* **Work item**
Return exactly the lines of the records below, starting at the line that contains "#71=IFCINDEXEDPOLYGONALFACE((1,9,10,2));" and ending at the line that contains "#76=IFCINDEXEDPOLYGONALFACE((9,11,12,10));", with both of those lines kept.

* **Available records**
***

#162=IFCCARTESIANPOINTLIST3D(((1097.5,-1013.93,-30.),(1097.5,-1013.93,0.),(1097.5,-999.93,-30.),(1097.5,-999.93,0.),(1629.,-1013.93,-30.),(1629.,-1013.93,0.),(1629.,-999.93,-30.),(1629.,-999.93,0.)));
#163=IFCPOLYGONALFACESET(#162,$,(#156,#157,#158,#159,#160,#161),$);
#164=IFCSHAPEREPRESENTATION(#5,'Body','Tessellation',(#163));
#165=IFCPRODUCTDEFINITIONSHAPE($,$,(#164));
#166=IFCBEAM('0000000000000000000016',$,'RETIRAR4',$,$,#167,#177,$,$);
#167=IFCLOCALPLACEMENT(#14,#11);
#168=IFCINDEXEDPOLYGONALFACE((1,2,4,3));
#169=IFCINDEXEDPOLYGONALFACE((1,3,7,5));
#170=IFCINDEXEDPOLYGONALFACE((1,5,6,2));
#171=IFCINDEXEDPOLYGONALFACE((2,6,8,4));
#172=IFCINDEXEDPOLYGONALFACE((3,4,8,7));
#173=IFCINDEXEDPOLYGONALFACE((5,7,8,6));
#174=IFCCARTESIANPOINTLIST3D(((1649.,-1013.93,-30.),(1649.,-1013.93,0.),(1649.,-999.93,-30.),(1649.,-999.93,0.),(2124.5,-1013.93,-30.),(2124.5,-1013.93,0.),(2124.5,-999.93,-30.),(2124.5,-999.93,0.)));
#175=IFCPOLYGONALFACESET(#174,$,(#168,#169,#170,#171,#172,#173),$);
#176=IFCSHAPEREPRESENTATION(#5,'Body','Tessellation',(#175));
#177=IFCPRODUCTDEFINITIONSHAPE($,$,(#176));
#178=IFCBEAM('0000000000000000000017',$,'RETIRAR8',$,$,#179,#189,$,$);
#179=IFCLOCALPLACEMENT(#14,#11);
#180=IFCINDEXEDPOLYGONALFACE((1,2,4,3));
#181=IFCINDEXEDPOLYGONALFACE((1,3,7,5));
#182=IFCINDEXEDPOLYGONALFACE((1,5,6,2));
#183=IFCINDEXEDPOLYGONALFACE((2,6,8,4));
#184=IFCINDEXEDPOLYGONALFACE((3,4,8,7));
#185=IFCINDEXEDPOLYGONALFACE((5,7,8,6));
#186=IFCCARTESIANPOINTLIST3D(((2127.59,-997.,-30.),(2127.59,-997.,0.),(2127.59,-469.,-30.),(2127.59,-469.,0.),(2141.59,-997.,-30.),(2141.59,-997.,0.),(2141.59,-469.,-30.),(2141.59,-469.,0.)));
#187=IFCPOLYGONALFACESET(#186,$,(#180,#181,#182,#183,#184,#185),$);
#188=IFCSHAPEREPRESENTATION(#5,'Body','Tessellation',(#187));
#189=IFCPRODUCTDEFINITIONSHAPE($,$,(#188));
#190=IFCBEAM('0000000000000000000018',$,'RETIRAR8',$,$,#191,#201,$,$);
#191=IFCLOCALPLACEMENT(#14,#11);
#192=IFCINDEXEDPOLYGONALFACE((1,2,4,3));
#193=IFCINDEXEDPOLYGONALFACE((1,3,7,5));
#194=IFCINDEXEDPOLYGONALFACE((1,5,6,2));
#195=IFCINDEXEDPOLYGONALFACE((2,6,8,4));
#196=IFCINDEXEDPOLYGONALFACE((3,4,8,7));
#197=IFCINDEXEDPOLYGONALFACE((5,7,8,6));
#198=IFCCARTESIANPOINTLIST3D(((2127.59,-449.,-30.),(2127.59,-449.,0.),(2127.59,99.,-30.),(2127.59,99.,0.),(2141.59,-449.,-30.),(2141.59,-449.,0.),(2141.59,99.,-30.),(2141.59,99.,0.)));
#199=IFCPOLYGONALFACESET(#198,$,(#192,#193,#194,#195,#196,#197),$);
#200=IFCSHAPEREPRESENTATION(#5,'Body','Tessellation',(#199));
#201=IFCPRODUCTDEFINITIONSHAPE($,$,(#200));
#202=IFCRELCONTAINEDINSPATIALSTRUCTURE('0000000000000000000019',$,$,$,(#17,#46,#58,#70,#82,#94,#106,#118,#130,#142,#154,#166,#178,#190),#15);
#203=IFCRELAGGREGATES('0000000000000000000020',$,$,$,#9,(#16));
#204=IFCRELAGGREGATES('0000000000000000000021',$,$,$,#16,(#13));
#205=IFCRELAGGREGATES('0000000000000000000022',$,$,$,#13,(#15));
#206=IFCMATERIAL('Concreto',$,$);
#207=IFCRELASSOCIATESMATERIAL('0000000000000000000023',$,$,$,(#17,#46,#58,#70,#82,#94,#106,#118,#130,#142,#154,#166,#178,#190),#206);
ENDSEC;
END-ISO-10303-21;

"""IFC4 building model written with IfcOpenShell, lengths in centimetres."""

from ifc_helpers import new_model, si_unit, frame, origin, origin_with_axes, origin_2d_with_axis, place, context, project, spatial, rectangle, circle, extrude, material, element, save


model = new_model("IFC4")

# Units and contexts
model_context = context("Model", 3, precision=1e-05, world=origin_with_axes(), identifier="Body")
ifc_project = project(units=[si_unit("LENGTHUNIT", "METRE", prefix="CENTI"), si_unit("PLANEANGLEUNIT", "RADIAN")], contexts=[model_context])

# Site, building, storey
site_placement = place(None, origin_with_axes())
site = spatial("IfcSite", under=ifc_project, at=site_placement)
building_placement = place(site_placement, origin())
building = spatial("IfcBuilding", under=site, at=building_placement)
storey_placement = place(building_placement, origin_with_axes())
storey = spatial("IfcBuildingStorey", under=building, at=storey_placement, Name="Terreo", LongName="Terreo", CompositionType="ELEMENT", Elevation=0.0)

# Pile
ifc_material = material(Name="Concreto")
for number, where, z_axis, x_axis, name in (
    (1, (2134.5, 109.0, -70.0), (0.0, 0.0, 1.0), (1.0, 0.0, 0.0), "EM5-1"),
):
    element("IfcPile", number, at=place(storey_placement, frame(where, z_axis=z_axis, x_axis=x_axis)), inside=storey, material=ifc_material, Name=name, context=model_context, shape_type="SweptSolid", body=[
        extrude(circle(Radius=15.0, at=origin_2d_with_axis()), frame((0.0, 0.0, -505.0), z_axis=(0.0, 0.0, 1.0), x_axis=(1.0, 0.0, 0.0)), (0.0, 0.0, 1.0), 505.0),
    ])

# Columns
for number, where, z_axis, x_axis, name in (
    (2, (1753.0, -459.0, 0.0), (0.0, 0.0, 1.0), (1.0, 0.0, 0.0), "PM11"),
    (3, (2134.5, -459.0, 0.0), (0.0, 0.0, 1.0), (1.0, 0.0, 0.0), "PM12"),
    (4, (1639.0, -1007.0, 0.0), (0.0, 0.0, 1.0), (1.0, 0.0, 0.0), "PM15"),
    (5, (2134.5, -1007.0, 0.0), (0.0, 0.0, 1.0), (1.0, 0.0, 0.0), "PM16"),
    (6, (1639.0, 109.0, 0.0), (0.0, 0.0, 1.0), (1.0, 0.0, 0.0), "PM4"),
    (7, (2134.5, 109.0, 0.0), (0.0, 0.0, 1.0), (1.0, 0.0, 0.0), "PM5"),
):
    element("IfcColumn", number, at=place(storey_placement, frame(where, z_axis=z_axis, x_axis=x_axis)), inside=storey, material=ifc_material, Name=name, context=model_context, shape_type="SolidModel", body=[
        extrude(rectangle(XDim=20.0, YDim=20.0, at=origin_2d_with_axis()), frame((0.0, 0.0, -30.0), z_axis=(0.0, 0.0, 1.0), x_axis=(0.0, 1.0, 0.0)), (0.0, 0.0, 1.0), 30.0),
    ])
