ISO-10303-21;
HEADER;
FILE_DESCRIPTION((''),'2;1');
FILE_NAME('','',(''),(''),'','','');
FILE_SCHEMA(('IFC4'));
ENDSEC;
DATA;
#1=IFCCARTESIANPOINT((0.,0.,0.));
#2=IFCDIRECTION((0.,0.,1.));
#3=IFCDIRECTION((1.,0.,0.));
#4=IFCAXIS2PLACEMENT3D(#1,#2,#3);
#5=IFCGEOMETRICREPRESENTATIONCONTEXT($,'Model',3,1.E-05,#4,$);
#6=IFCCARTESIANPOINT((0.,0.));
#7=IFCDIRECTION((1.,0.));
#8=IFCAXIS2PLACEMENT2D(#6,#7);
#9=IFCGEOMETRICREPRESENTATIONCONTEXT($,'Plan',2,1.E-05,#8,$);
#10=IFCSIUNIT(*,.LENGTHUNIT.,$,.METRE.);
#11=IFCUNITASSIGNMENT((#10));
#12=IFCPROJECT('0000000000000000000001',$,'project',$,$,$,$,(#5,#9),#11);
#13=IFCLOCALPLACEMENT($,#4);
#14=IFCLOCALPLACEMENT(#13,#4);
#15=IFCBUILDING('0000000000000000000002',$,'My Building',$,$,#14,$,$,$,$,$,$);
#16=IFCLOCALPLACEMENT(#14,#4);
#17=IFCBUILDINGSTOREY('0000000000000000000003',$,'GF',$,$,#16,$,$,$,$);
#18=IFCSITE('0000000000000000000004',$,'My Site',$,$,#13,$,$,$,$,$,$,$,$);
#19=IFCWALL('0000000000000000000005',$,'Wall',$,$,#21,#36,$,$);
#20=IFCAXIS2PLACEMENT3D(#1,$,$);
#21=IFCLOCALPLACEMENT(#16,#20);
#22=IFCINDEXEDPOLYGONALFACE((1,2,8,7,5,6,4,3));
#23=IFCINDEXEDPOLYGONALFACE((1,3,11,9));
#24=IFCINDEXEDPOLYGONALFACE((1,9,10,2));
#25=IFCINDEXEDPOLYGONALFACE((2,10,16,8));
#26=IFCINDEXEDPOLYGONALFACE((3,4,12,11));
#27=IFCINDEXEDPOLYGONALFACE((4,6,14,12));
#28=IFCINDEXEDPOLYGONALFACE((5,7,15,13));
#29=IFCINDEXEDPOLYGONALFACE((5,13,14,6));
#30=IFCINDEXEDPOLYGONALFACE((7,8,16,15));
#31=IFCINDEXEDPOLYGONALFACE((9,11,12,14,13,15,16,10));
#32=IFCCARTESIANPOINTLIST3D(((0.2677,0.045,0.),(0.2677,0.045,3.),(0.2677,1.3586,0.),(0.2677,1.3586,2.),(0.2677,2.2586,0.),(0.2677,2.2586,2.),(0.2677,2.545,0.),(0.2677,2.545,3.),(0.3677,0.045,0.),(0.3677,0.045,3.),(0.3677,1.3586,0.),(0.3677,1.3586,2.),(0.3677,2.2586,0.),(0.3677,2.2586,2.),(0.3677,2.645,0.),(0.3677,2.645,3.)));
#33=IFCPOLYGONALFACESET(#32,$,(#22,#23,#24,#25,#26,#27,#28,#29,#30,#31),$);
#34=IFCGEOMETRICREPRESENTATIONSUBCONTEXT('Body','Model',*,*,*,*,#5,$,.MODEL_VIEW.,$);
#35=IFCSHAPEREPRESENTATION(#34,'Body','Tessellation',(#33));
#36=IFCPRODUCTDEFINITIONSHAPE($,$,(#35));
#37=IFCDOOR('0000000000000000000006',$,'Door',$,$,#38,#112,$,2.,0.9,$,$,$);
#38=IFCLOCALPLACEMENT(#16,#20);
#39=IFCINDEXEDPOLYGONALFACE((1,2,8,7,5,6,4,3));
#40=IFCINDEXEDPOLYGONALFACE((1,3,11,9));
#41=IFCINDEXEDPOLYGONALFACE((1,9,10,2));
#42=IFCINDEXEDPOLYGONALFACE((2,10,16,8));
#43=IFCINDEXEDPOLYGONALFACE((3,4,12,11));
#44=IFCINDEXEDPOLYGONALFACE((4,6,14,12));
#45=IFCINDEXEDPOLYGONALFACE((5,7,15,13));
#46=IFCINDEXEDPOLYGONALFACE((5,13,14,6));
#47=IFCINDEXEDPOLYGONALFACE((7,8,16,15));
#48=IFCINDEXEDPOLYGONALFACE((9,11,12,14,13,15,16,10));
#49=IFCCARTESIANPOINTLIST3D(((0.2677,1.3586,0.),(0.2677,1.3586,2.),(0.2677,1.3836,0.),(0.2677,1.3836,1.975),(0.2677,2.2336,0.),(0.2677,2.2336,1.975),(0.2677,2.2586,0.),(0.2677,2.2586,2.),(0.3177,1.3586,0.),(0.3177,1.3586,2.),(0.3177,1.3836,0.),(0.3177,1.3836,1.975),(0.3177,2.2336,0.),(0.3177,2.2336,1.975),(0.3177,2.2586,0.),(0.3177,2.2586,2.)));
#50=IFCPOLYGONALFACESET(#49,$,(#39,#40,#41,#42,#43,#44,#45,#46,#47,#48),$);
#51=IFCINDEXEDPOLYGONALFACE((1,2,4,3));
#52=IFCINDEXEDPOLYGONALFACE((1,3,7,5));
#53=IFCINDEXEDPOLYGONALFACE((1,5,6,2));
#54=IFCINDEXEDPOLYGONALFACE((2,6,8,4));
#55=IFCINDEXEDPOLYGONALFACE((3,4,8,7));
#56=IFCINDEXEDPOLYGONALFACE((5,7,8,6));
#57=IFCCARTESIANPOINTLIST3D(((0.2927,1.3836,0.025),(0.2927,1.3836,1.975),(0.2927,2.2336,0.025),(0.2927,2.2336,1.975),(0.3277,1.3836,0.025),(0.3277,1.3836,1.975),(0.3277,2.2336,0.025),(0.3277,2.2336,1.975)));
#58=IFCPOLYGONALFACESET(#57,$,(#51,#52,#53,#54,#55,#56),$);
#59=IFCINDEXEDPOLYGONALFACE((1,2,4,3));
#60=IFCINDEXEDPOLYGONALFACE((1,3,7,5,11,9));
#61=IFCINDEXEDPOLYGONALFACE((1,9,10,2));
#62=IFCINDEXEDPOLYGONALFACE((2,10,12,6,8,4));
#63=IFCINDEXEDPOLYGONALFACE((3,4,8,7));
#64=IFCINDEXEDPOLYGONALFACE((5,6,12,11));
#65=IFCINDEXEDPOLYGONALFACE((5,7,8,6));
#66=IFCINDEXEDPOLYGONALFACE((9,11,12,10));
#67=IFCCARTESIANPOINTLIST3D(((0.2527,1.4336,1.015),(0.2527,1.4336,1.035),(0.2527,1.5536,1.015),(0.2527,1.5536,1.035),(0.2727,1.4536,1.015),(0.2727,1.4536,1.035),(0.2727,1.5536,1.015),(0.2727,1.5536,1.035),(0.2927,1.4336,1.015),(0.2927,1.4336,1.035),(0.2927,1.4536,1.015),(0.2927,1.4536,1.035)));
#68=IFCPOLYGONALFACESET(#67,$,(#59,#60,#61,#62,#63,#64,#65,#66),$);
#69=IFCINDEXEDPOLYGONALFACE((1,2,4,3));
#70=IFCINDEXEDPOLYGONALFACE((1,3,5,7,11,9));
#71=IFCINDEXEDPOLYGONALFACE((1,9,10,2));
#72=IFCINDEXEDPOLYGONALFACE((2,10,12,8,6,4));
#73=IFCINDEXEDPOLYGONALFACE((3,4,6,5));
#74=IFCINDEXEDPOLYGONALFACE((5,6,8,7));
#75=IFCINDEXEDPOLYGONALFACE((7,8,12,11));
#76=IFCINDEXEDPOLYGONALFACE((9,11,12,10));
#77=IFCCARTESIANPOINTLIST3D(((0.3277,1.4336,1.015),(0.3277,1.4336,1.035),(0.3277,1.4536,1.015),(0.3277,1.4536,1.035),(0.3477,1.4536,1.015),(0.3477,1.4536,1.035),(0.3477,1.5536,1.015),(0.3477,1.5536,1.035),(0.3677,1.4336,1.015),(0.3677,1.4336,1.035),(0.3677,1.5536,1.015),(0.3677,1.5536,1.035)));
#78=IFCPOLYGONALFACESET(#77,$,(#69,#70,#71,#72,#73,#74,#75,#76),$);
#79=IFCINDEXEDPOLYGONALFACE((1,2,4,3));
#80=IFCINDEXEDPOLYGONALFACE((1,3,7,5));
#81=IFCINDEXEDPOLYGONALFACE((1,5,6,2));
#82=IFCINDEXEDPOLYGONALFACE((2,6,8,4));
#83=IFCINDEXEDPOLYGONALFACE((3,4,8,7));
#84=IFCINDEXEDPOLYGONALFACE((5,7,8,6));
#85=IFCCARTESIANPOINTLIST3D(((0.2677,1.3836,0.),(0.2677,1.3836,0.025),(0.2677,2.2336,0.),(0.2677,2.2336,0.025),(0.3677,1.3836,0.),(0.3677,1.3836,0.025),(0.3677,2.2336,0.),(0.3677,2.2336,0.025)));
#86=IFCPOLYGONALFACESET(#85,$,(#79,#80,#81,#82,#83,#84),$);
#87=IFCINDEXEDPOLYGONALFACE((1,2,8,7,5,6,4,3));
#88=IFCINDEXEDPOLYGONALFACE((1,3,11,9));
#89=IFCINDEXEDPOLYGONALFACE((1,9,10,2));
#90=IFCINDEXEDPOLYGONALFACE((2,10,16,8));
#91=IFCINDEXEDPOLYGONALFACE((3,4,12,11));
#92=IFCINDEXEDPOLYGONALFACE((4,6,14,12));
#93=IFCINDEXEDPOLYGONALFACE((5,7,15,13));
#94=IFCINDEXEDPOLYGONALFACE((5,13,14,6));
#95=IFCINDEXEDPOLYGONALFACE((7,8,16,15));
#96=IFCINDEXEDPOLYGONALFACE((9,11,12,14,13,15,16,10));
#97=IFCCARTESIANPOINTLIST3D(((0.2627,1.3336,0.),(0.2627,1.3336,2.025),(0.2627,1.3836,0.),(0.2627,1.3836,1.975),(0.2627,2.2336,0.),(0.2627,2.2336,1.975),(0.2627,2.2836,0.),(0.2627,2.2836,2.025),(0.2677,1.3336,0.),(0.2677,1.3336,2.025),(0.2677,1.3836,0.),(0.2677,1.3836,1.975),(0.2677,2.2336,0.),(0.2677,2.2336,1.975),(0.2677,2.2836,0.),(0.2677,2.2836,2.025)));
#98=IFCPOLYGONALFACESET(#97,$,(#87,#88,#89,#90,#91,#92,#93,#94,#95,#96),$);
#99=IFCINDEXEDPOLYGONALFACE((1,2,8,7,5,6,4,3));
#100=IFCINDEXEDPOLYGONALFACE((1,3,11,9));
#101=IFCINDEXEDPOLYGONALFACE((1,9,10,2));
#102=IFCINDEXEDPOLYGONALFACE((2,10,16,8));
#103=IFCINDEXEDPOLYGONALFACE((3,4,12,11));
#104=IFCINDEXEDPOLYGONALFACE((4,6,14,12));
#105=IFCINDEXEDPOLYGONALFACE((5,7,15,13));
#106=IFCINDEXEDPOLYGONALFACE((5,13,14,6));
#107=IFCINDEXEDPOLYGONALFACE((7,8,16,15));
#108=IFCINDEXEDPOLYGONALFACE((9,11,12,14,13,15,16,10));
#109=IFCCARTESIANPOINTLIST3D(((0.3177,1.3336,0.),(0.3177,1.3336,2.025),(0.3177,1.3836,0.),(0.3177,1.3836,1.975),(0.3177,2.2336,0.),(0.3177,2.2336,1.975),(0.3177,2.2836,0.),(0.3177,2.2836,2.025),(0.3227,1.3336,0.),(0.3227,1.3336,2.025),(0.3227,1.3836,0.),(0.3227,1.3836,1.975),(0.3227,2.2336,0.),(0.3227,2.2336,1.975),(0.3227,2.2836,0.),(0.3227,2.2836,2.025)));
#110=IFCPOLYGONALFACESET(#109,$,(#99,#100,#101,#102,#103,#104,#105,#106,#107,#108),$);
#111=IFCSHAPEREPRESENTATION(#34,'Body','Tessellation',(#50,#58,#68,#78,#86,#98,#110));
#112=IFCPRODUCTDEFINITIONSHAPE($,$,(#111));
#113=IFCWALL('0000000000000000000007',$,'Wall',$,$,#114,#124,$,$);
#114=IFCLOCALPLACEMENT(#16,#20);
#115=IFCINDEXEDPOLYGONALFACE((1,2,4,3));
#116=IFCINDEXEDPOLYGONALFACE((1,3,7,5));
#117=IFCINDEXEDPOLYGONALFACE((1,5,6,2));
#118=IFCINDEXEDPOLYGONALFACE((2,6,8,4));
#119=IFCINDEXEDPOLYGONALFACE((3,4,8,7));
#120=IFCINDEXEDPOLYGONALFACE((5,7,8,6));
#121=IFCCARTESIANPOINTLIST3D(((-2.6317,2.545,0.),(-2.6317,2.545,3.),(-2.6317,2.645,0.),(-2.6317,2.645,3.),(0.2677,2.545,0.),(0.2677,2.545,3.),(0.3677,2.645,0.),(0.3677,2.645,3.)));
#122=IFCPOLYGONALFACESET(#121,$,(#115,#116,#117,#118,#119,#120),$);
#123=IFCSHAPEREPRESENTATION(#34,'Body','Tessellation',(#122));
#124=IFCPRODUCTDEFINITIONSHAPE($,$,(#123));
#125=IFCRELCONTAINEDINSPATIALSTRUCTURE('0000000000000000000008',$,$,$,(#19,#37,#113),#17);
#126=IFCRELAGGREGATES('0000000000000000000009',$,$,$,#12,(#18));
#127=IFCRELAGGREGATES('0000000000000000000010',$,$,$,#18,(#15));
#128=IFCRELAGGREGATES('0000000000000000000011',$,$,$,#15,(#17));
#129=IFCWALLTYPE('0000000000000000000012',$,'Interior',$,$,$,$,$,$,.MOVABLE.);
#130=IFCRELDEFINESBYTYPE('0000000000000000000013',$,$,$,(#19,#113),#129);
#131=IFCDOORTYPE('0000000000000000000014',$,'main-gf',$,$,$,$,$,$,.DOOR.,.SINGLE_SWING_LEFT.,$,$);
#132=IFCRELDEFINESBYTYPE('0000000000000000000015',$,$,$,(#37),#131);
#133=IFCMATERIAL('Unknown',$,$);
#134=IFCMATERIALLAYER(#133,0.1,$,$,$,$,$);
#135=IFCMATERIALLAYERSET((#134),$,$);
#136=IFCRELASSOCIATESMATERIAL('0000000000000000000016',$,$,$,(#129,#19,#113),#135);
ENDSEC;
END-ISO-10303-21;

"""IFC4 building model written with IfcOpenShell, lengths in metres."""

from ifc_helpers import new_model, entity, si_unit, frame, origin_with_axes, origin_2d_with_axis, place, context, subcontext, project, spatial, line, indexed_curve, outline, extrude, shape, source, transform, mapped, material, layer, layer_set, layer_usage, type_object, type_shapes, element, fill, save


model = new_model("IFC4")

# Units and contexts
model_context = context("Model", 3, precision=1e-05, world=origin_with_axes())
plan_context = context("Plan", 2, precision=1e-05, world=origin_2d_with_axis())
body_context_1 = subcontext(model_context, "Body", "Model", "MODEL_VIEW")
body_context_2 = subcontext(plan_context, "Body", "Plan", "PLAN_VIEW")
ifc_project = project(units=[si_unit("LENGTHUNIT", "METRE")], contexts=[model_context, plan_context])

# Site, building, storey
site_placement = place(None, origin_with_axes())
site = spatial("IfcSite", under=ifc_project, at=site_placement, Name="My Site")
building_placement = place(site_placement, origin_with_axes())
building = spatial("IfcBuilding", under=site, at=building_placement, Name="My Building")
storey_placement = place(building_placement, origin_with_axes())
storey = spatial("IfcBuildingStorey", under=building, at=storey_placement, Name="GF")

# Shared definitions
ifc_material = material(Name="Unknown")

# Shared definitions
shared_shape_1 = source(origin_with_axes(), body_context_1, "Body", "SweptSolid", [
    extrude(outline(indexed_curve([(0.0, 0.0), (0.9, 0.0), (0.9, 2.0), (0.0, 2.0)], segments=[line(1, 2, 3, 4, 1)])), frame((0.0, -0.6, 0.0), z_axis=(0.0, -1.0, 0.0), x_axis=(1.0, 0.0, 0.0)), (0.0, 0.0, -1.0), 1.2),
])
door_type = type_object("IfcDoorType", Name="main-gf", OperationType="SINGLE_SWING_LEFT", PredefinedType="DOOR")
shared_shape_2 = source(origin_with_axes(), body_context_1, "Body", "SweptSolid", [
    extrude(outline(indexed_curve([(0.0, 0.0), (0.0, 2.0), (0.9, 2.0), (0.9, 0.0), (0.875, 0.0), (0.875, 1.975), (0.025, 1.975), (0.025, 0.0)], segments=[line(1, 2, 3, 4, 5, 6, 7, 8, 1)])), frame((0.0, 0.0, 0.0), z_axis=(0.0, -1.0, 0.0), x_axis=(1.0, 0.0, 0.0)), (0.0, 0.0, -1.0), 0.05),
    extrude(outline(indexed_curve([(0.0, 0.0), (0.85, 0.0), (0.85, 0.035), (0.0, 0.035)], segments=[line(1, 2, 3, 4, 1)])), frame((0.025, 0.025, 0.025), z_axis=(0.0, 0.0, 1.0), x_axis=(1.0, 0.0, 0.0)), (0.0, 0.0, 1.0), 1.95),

***

* **Solution**
#71=IFCINDEXEDPOLYGONALFACE((1,9,10,2));
#72=IFCINDEXEDPOLYGONALFACE((2,10,12,8,6,4));
#73=IFCINDEXEDPOLYGONALFACE((3,4,6,5));
#74=IFCINDEXEDPOLYGONALFACE((5,6,8,7));
#75=IFCINDEXEDPOLYGONALFACE((7,8,12,11));
#76=IFCINDEXEDPOLYGONALFACE((9,11,12,10));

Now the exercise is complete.